══ Provided material ══

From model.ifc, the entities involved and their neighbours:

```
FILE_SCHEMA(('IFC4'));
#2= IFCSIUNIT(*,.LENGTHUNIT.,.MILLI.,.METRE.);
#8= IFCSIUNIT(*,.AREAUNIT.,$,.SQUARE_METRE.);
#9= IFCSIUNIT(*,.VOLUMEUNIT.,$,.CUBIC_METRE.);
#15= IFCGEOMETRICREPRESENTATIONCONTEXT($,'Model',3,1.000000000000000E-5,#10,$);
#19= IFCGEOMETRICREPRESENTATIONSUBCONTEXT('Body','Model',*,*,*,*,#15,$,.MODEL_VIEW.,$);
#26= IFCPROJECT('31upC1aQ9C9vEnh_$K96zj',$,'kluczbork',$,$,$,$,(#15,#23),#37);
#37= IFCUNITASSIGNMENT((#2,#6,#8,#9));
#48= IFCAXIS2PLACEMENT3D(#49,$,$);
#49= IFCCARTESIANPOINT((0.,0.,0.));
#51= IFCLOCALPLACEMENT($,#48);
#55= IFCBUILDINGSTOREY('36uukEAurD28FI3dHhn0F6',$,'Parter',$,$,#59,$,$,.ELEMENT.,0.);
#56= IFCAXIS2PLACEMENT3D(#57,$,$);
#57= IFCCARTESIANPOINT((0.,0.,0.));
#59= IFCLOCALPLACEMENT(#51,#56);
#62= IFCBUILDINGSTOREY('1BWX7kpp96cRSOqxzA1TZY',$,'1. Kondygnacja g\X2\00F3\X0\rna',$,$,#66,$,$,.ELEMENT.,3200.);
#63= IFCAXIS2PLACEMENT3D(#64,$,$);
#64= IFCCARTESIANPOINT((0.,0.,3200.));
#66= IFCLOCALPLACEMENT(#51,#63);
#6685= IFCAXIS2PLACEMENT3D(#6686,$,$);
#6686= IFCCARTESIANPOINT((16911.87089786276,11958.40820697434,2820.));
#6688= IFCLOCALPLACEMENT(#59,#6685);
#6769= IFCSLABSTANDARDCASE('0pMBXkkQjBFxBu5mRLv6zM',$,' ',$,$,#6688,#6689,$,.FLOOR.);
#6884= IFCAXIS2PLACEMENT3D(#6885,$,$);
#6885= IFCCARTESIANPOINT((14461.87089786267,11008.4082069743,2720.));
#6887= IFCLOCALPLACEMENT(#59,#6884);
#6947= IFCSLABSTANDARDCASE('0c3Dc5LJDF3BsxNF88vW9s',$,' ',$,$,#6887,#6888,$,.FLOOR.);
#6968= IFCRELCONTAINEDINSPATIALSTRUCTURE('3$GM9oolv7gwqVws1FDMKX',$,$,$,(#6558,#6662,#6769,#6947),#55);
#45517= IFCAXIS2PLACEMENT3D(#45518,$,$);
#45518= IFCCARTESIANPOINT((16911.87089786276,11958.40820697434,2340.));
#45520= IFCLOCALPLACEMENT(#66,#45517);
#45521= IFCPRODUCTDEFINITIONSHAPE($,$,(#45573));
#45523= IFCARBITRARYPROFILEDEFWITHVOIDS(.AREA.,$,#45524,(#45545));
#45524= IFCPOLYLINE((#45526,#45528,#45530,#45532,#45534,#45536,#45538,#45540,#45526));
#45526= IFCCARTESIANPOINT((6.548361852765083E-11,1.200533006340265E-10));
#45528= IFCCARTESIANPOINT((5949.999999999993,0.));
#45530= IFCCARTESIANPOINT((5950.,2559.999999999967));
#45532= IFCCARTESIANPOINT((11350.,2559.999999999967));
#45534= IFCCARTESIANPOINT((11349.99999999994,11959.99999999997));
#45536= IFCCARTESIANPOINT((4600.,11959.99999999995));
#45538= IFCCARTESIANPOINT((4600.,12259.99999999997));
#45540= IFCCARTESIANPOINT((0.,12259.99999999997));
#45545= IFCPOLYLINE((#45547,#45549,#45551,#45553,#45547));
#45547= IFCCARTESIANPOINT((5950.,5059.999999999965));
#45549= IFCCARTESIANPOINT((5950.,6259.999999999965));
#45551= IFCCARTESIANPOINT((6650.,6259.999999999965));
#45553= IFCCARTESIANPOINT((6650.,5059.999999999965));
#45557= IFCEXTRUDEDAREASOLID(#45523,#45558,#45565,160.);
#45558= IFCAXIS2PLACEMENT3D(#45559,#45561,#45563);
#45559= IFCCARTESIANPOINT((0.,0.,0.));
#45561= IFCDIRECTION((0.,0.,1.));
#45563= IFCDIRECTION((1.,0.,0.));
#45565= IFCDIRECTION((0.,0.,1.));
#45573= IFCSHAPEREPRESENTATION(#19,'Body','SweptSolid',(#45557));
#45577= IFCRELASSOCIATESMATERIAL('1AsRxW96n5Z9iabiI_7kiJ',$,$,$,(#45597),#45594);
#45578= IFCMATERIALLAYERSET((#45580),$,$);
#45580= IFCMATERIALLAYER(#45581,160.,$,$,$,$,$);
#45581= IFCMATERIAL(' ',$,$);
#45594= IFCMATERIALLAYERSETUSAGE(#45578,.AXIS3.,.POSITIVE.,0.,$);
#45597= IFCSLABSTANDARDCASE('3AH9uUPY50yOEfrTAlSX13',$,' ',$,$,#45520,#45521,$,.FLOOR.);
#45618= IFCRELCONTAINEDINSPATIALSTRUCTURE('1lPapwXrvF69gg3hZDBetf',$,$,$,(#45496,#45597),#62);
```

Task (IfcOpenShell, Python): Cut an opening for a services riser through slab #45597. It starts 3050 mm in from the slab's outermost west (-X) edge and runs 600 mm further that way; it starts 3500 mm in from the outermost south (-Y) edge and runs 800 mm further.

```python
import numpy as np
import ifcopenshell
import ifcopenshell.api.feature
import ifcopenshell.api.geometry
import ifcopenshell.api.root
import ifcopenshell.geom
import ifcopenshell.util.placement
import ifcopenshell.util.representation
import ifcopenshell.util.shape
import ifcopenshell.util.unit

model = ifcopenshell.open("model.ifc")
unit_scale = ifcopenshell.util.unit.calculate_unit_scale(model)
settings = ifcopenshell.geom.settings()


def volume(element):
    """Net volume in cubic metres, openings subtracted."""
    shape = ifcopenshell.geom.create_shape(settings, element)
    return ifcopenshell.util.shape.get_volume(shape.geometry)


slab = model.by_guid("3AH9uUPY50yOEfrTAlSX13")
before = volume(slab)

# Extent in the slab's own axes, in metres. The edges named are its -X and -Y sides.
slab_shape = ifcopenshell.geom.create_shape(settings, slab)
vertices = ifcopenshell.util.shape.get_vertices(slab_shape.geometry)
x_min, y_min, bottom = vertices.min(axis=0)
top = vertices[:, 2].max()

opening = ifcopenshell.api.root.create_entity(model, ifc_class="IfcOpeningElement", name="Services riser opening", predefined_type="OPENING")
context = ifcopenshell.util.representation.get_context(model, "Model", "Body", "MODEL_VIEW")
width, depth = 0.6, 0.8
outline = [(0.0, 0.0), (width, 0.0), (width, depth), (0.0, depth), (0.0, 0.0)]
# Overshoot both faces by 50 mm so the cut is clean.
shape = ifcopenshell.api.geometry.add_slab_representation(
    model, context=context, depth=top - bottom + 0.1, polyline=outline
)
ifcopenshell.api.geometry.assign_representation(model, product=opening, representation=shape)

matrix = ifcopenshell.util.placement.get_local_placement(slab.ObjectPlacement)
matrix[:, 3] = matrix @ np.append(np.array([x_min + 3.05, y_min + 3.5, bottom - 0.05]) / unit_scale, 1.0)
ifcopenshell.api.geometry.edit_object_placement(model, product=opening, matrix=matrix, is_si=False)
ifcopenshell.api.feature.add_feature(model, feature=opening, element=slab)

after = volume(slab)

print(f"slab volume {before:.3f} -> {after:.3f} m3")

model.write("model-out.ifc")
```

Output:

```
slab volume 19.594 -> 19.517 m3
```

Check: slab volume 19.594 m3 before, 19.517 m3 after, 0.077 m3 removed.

═══

### Prompt
Copy out all the lines of the records that include "IFCPOLYLINE".

### Solution to this exercise
#45524= IFCPOLYLINE((#45526,#45528,#45530,#45532,#45534,#45536,#45538,#45540,#45526));
#45545= IFCPOLYLINE((#45547,#45549,#45551,#45553,#45547));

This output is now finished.